EXERCISE:
Spot each line in the data below containing "IFCGEOMETRICREPRESENTATIONCONTEXT" and copy it.

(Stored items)

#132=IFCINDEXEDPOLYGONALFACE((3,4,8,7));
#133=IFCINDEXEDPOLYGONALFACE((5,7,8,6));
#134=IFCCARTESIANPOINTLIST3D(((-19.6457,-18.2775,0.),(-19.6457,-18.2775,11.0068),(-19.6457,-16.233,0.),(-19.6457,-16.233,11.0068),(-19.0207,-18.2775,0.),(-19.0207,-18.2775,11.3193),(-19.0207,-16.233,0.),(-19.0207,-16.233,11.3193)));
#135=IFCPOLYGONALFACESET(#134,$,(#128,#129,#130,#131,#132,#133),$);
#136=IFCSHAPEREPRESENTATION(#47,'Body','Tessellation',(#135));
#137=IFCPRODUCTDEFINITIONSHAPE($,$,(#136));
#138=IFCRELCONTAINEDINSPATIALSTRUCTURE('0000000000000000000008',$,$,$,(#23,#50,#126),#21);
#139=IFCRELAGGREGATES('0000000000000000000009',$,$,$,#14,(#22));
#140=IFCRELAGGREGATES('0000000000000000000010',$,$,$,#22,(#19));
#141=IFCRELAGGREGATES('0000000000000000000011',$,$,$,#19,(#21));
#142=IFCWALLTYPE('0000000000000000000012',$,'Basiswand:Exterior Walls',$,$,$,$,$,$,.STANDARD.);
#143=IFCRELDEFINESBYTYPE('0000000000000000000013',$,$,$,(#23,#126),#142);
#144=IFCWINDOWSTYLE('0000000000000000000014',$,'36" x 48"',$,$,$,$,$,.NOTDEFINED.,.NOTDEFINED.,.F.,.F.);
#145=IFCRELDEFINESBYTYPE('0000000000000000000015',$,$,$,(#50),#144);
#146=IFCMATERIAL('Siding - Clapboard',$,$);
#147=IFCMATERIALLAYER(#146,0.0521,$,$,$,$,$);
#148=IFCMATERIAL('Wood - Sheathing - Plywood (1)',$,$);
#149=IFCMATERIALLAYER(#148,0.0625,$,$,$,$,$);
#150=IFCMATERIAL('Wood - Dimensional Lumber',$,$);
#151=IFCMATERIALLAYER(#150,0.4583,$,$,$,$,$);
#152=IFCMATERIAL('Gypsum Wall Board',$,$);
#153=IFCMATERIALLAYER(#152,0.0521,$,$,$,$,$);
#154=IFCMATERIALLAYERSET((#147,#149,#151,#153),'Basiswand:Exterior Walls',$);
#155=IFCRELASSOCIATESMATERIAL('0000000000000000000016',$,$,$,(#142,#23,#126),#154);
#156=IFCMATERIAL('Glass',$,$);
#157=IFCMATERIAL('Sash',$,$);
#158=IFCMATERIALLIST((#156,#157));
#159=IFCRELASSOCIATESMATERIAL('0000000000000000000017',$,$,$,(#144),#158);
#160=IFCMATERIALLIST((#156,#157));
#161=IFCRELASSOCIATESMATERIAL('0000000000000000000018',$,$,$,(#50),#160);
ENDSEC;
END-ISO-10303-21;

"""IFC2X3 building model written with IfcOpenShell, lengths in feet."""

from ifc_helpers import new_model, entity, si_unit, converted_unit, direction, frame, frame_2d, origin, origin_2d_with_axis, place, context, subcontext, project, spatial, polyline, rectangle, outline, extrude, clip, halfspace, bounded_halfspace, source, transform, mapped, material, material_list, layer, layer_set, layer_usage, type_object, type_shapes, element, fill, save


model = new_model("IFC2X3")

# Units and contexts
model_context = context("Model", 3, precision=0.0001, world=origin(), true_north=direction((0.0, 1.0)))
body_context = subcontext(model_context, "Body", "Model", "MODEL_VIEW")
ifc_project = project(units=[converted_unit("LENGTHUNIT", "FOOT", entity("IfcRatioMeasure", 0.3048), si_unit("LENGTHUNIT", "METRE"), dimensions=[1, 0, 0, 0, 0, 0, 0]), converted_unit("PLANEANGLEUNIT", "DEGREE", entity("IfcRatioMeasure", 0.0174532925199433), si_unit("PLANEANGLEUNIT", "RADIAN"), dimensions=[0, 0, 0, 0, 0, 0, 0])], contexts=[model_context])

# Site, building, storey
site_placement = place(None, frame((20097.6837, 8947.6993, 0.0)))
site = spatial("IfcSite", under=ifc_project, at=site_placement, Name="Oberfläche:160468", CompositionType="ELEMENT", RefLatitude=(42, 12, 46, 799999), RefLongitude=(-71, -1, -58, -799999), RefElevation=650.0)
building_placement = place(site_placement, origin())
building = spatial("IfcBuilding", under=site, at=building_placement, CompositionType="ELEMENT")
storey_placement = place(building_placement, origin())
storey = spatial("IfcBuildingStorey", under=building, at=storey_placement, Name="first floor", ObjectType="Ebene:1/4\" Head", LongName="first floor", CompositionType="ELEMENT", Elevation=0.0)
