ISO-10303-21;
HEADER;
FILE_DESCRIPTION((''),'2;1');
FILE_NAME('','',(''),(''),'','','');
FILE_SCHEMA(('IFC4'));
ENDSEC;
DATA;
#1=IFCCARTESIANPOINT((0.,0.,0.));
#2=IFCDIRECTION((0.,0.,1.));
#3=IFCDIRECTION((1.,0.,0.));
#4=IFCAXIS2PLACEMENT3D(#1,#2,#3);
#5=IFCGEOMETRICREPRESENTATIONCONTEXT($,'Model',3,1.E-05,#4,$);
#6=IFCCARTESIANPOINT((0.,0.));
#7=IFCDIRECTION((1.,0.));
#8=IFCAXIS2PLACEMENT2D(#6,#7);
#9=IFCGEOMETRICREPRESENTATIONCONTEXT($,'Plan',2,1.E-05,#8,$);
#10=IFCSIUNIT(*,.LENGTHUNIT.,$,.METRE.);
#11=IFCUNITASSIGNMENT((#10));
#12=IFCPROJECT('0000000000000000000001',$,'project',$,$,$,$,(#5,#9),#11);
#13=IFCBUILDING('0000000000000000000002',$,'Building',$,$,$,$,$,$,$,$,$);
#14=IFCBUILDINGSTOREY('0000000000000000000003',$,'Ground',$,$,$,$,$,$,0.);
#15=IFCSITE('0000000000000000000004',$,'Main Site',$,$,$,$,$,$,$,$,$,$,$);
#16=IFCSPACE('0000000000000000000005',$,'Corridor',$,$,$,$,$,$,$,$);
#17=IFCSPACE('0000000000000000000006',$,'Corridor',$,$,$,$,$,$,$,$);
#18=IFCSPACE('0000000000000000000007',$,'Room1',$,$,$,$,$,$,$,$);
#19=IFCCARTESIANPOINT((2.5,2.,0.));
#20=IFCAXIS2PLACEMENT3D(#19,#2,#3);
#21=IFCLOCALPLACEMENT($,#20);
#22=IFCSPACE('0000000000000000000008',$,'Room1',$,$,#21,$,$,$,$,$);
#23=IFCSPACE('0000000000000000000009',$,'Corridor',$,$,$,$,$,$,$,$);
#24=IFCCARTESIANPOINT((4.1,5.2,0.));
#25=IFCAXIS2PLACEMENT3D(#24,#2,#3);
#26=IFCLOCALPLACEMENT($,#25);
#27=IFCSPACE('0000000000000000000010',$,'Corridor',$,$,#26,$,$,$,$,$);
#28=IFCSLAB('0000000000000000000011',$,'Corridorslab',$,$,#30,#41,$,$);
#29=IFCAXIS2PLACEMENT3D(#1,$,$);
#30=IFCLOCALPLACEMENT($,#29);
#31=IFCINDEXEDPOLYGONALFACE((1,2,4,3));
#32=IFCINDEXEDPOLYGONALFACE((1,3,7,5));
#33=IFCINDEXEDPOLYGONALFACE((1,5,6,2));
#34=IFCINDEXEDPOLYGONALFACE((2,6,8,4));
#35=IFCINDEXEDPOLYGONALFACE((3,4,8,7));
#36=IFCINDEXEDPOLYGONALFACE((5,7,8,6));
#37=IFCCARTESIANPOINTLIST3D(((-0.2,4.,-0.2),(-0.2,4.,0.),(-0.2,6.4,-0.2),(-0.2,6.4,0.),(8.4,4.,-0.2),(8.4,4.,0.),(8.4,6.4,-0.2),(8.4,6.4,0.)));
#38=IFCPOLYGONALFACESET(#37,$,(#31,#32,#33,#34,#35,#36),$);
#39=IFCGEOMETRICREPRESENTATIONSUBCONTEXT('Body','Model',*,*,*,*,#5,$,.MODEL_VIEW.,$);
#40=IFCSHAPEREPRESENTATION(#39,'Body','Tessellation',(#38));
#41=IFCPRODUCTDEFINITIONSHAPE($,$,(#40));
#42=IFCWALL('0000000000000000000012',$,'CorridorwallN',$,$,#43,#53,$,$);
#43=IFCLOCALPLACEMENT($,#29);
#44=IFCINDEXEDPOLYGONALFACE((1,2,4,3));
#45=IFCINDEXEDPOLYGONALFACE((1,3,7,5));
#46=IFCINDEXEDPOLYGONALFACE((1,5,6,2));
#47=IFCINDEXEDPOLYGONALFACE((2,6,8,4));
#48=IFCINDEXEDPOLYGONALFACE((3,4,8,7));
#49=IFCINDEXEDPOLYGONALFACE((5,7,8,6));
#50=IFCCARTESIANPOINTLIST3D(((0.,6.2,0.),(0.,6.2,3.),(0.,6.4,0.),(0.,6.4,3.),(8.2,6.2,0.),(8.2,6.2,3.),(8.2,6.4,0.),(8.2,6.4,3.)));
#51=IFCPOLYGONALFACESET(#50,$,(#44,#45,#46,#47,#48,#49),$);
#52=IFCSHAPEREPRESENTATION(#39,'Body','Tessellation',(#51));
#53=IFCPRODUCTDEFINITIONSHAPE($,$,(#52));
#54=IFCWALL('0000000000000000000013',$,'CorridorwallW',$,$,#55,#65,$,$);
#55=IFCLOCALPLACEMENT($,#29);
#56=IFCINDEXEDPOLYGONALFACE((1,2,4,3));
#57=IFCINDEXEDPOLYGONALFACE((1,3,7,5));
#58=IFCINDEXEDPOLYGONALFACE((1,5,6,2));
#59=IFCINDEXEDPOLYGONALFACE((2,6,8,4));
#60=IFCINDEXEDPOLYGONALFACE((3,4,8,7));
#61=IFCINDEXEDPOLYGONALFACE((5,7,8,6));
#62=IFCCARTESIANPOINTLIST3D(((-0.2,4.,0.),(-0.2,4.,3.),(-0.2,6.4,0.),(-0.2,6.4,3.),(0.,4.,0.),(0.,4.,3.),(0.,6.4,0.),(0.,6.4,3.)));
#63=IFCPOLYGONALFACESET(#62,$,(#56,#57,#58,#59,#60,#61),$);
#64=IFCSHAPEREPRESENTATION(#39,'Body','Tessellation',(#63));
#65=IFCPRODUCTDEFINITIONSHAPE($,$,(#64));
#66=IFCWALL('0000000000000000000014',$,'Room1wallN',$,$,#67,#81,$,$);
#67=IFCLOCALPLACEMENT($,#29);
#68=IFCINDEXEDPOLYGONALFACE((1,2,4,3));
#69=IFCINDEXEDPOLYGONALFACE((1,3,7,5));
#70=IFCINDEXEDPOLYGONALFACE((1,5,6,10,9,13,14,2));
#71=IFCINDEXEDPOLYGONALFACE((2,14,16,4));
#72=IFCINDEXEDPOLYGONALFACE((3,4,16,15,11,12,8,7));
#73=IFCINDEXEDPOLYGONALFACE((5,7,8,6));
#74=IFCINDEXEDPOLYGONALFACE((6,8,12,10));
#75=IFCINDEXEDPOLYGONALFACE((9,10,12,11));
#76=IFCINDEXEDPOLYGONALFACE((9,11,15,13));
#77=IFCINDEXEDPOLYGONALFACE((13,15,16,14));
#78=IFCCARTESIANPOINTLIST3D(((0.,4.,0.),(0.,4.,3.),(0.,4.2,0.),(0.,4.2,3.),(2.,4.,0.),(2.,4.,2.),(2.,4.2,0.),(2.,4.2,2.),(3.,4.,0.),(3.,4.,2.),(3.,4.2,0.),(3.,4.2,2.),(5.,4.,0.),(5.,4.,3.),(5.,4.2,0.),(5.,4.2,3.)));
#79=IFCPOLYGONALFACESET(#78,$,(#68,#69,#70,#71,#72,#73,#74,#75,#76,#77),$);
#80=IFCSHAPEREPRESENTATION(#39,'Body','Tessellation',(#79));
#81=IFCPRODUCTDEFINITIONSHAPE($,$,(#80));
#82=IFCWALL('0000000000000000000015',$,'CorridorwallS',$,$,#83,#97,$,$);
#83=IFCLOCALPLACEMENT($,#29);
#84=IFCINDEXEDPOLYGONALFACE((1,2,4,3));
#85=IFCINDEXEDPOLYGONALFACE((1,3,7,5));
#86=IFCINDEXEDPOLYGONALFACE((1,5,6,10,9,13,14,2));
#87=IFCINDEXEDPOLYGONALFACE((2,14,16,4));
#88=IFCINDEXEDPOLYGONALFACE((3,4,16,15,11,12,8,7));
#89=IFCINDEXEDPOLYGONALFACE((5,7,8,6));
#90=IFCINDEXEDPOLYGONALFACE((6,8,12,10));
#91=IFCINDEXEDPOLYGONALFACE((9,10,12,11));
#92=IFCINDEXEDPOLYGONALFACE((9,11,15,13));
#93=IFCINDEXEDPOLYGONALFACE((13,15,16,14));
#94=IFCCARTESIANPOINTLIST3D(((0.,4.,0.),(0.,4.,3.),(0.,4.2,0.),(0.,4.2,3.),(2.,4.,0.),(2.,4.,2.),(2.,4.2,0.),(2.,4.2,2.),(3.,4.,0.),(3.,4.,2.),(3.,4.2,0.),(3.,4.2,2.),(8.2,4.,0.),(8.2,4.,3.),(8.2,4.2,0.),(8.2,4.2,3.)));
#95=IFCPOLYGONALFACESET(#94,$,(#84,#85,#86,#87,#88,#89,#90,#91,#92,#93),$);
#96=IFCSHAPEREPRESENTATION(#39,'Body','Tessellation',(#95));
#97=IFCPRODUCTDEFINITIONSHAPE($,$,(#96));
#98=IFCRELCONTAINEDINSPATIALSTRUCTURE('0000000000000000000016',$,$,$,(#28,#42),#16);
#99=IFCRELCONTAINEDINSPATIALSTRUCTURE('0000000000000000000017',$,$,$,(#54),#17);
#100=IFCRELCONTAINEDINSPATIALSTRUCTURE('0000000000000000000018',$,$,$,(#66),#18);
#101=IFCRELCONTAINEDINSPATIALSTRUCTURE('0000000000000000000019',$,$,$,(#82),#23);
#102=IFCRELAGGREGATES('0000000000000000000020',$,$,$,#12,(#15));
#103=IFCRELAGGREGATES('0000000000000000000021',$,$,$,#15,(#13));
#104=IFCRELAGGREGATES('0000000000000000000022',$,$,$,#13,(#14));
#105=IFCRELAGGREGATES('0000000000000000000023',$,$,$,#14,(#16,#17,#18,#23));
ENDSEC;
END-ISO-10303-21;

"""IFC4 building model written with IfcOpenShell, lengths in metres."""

from ifc_helpers import new_model, si_unit, frame, origin_with_axes, origin_2d_with_axis, place, context, subcontext, project, spatial, indexed_curve, rectangle, outline, extrude, element, save


model = new_model("IFC4")

# Units and contexts
model_context = context("Model", 3, precision=1e-05, world=origin_with_axes())
plan_context = context("Plan", 2, precision=1e-05, world=origin_2d_with_axis())
body_context = subcontext(model_context, "Body", "Model", "MODEL_VIEW")
ifc_project = project(units=[si_unit("LENGTHUNIT", "METRE")], contexts=[model_context, plan_context])

# Site, building, storey, space
site = spatial("IfcSite", under=ifc_project, Name="Main Site")
building = spatial("IfcBuilding", under=site, Name="Building")
storey = spatial("IfcBuildingStorey", under=building, Name="Ground", Elevation=0.0)
space_1 = spatial("IfcSpace", under=storey, Name="Corridor")

# Slab
slab_1_placement = place(None, frame((4.1, 5.2, -0.2), z_axis=(0.0, 0.0, 1.0), x_axis=(1.0, 0.0, 0.0)))
element("IfcSlab", 1, at=slab_1_placement, inside=space_1, Name="Corridorslab", context=body_context, shape_type="SweptSolid", body=[
    extrude(rectangle(XDim=8.6, YDim=2.4), origin_with_axes(), (0.0, 0.0, 1.0), 0.2),
])

# Wall
wall_1_placement = place(None, frame((0.0, 6.2, 0.0), z_axis=(0.0, 0.0, 1.0), x_axis=(1.0, 0.0, 0.0)))
element("IfcWall", 2, at=wall_1_placement, inside=space_1, Name="CorridorwallN", context=body_context, shape_type="SweptSolid", body=[
    extrude(outline(indexed_curve([(0.0, 0.0), (0.0, 0.2), (8.2, 0.2), (8.2, 0.0), (0.0, 0.0)], self_intersect=False)), origin_with_axes(), (0.0, 0.0, 1.0), 3.0),
])

# Shared definitions
space_2 = spatial("IfcSpace", under=storey, Name="Corridor")

# Wall
wall_2_placement = place(None, frame((0.0, 4.0, 0.0), z_axis=(0.0, 0.0, 1.0), x_axis=(0.0, 1.0, 0.0)))
element("IfcWall", 3, at=wall_2_placement, inside=space_2, Name="CorridorwallW", context=body_context, shape_type="SweptSolid", body=[
    extrude(outline(indexed_curve([(0.0, 0.0), (0.0, 0.2), (2.4, 0.2), (2.4, 0.0), (0.0, 0.0)], self_intersect=False)), origin_with_axes(), (0.0, 0.0, 1.0), 3.0),
])

# Shared definitions
space_3 = spatial("IfcSpace", under=storey, Name="Room1")

# Wall
wall_3_placement = place(None, frame((0.0, 4.0, 0.0), z_axis=(0.0, 0.0, 1.0), x_axis=(1.0, 0.0, 0.0)))
wall_3 = element("IfcWall", 4, at=wall_3_placement, inside=space_3, Name="Room1wallN", context=body_context, shape_type="SweptSolid", body=[
    extrude(outline(indexed_curve([(0.0, 0.0), (0.0, 0.2), (5.0, 0.2), (5.0, 0.0), (0.0, 0.0)], self_intersect=False)), origin_with_axes(), (0.0, 0.0, 1.0), 3.0),
])

# Shared definitions
space_4_placement = place(None, frame((2.5, 2.0, 0.0), z_axis=(0.0, 0.0, 1.0), x_axis=(1.0, 0.0, 0.0)))
space_4 = spatial("IfcSpace", at=space_4_placement, Name="Room1")

# Opening
opening_1_placement = place(wall_3_placement, frame((2.0, 0.0, 0.0), z_axis=(0.0, 0.0, 1.0), x_axis=(1.0, 0.0, 0.0)))
element("IfcOpeningElement", 5, at=opening_1_placement, inside=space_4, cuts=wall_3, context=body_context, shape_type="SweptSolid", body=[
    extrude(outline(indexed_curve([(0.0, 0.0), (0.0, 0.4), (1.0, 0.4), (1.0, 0.0), (0.0, 0.0)], self_intersect=False)), origin_with_axes(), (0.0, 0.0, 1.0), 2.0),
])

# Shared definitions
space_5 = spatial("IfcSpace", under=storey, Name="Corridor")

# Wall
wall_4_placement = place(None, frame((0.0, 4.0, 0.0), z_axis=(0.0, 0.0, 1.0), x_axis=(1.0, 0.0, 0.0)))
wall_4 = element("IfcWall", 6, at=wall_4_placement, inside=space_5, Name="CorridorwallS", context=body_context, shape_type="SweptSolid", body=[
    extrude(outline(indexed_curve([(0.0, 0.0), (0.0, 0.2), (8.2, 0.2), (8.2, 0.0), (0.0, 0.0)], self_intersect=False)), origin_with_axes(), (0.0, 0.0, 1.0), 3.0),
])

# Shared definitions
space_6_placement = place(None, frame((4.1, 5.2, 0.0), z_axis=(0.0, 0.0, 1.0), x_axis=(1.0, 0.0, 0.0)))
space_6 = spatial("IfcSpace", at=space_6_placement, Name="Corridor")

# Opening
opening_2_placement = place(wall_4_placement, frame((2.0, 0.0, 0.0), z_axis=(0.0, 0.0, 1.0), x_axis=(1.0, 0.0, 0.0)))
element("IfcOpeningElement", 7, at=opening_2_placement, inside=space_6, cuts=wall_4, context=body_context, shape_type="SweptSolid", body=[
    extrude(outline(indexed_curve([(0.0, 0.0), (0.0, 0.4), (1.0, 0.4), (1.0, 0.0), (0.0, 0.0)], self_intersect=False)), origin_with_axes(), (0.0, 0.0, 1.0), 2.0),
])

save(model, "model.ifc")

SOLUTION:
#5=IFCGEOMETRICREPRESENTATIONCONTEXT($,'Model',3,1.E-05,#4,$);
#9=IFCGEOMETRICREPRESENTATIONCONTEXT($,'Plan',2,1.E-05,#8,$);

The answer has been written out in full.